- Born: 27 May 1919 Valletta, Malta
- Died: 29 January 1987 (aged 67) Valletta, Malta
- Known for: Artist and stamp designer
- Spouse: Lilian Gatt
- Children: 4

= Emvin Cremona =

Maltese artist

 Emanuel Vincent "Emvin" Cremona (27 May 1919 – 29 January 1987) was a Maltese artist and stamp designer. He was as one of Malta's leading artists of the 20th century, and a pioneer of modernism in Malta. Cremona is known for designing most Maltese stamps from 1957 to the 1980s, including the stamp issue commemorating Malta's independence from Great Britain in 1964. He studied at the Malta School of Arts and the Regia Accademia delle Belle Arti in Rome. Some of his works can be found at the parish churches of Msida and Ħamrun, Ta' Pinu Sanctuary, Our Lady of Lourdes parish in Paola and the Chapel of the Malta International Airport. The World Health Organization headquarters in Geneva and the United Nations Headquarters in New York also house paintings by Cremona.

Emanuel Vincent Cremona (his Christian names were informally shortened to Emvin from birth) was born in Valletta on May 27, 1919. Up to 1936 he attended the Scuola Umberto I for his formal education. In 1933, he was taken to Rome where he was overwhelmed by the experience. Later he attended the School of Art, finding himself in a class that composed Willie Apap, Anton Inglott, Esprit Barthet, and Victor Diacono. Their teachers were Edward Caruana Dingli and Carmenu Mangion, both of a mixed classicist and Romantic temperament.

At an early age, Cremona used to participate in the annual shows of the Malta Amateur Art Association. In 1937 he competed for the Government scholarship, placing third after Willie Apap and Anton Inglott. He went to Rome for a course of studies at the Regia Accademia di Belle Arti under Carlo Siviero between 1938 and 1940. In Rome he felt a closeness, a spiritual kinship to Anton Inglott. The two young artists were still in Rome just before Italy entered the war in 1940 but they returned to Malta together on the last boat to reach the island in peacetime.

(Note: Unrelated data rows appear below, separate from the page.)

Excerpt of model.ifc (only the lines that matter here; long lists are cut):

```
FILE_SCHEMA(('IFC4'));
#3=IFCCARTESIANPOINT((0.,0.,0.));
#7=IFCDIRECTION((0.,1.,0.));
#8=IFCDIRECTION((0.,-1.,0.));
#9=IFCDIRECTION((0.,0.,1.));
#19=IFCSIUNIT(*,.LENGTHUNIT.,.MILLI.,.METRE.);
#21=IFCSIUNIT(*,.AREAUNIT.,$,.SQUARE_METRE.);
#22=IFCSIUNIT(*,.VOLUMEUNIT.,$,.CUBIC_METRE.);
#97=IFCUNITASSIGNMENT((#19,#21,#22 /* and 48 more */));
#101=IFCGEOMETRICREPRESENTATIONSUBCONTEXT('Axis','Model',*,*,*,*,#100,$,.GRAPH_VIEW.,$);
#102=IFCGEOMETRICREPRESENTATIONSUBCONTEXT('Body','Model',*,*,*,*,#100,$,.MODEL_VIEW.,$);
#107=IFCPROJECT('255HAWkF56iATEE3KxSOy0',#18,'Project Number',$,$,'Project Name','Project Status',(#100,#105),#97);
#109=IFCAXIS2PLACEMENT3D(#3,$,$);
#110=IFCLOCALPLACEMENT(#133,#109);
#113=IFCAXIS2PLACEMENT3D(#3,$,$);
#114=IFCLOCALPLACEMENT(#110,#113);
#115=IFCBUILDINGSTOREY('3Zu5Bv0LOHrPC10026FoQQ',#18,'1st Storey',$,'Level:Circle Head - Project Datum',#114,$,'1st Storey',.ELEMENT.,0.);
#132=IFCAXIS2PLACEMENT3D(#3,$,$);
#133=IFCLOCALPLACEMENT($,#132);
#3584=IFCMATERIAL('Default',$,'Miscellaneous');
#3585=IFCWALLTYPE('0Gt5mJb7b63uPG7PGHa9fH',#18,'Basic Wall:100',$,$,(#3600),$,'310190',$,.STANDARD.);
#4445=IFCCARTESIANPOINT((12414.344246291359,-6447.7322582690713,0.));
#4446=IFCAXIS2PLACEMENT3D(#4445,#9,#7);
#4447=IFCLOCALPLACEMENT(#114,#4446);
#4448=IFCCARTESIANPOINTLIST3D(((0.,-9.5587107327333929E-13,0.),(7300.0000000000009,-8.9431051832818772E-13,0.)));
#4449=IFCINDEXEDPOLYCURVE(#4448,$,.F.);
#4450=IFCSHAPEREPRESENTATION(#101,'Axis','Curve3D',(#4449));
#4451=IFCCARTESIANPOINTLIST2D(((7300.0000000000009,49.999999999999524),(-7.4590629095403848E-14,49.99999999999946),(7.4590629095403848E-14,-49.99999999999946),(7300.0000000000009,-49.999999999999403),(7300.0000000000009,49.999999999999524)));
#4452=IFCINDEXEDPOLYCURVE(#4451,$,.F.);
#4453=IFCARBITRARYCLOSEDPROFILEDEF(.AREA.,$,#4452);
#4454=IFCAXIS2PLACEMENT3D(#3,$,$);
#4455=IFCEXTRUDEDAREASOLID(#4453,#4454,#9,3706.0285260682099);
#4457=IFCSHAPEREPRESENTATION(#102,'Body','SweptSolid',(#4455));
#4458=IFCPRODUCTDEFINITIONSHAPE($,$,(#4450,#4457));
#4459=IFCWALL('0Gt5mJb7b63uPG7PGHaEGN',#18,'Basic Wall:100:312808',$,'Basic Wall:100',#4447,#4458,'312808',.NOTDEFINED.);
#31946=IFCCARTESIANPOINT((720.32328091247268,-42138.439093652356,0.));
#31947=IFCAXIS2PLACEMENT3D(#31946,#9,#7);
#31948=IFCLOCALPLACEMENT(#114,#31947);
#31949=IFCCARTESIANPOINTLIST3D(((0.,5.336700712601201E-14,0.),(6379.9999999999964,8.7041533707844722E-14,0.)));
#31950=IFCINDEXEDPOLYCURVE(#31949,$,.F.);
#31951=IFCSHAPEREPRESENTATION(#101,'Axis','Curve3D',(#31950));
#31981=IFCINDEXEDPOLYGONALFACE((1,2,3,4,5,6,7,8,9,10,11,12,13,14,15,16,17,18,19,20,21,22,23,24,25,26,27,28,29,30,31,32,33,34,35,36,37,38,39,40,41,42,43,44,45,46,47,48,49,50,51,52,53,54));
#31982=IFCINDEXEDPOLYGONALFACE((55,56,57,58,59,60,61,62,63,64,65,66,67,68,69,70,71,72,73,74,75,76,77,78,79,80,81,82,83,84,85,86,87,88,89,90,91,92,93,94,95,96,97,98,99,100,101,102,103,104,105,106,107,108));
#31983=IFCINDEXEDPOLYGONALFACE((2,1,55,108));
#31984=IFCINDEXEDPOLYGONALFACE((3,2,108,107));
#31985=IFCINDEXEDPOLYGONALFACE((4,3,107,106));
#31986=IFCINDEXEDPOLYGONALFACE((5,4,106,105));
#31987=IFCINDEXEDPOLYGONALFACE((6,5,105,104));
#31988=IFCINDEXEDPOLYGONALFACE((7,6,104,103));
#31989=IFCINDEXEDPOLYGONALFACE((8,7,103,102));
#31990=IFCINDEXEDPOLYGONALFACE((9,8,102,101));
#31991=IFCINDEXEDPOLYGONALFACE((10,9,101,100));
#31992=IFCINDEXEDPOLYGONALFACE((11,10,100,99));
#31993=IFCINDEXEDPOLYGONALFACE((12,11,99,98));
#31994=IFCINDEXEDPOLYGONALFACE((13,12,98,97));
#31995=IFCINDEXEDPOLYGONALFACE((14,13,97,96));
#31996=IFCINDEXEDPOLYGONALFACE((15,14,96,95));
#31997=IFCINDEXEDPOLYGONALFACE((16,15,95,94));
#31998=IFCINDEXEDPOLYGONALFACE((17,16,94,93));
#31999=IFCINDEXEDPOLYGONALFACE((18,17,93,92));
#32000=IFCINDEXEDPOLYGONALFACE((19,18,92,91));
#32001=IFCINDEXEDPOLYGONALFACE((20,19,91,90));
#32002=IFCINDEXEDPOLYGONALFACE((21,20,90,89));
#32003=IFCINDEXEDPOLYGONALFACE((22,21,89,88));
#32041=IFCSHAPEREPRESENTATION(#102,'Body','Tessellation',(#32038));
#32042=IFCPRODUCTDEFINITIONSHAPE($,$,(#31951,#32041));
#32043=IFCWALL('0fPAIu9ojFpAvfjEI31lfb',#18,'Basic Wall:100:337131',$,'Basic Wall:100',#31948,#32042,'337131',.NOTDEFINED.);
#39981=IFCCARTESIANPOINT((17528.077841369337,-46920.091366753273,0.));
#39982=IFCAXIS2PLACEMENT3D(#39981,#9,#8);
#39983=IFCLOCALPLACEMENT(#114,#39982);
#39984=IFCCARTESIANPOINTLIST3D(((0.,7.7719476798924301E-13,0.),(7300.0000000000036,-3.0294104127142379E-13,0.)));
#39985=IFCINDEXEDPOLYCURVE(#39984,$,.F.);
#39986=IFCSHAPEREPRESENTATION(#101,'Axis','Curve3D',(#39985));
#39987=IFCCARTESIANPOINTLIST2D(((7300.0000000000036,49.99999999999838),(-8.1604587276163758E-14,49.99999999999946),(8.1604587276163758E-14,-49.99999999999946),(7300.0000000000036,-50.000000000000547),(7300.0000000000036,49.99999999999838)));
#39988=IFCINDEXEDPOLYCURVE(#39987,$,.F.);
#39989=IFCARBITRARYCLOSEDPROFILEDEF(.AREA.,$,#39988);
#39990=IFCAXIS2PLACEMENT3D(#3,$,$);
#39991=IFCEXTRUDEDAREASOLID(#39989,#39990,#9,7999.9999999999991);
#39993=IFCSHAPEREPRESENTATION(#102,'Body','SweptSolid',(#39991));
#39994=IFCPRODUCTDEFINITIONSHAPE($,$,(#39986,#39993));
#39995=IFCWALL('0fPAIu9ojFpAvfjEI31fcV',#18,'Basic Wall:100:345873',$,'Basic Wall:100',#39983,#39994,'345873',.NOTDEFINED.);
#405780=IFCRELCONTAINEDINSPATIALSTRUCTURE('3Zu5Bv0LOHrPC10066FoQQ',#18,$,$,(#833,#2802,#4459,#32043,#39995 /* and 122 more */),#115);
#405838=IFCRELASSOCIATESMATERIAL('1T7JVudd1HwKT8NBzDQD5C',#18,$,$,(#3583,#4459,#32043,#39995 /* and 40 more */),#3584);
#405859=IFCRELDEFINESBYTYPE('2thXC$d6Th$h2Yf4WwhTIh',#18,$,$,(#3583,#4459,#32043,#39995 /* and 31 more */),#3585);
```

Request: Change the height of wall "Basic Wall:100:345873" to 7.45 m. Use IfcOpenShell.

```python
import ifcopenshell
import ifcopenshell.geom
import ifcopenshell.util.representation
import ifcopenshell.util.shape
import ifcopenshell.util.unit

model = ifcopenshell.open("model.ifc")
unit_scale = ifcopenshell.util.unit.calculate_unit_scale(model)
settings = ifcopenshell.geom.settings()


def volume(element):
    """Net volume in cubic metres, openings subtracted."""
    shape = ifcopenshell.geom.create_shape(settings, element)
    return ifcopenshell.util.shape.get_volume(shape.geometry)


wall = model.by_id(39995)
before = volume(wall)

body = ifcopenshell.util.representation.get_representation(wall, "Model", "Body")
solid = body.Items[0]
old_height = solid.Depth
solid.Depth = 7.45 / unit_scale
after = volume(wall)

print(f"height {old_height:g} -> {solid.Depth:g}, volume {before:.3f} -> {after:.3f} m3")

model.write("model_updated.ifc")
```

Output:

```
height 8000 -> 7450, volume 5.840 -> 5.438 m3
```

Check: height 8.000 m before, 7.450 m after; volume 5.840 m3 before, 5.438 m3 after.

In 1945 he won the Agnes Schembri Bequest, enabling him to proceed to London and Paris to deepen his studies in art. Between 1945 and 1947 he attended classes at the Slade School of Fine Art and later he attended lessons at the Parisian Ecole Superieur de Beaux Arts under professor Jean Dupas. Emvin returned to Malta in 1948. He represented the country in their first pavilion at the Venice Biennale in 1958. He married Lilian Gatt and had four children.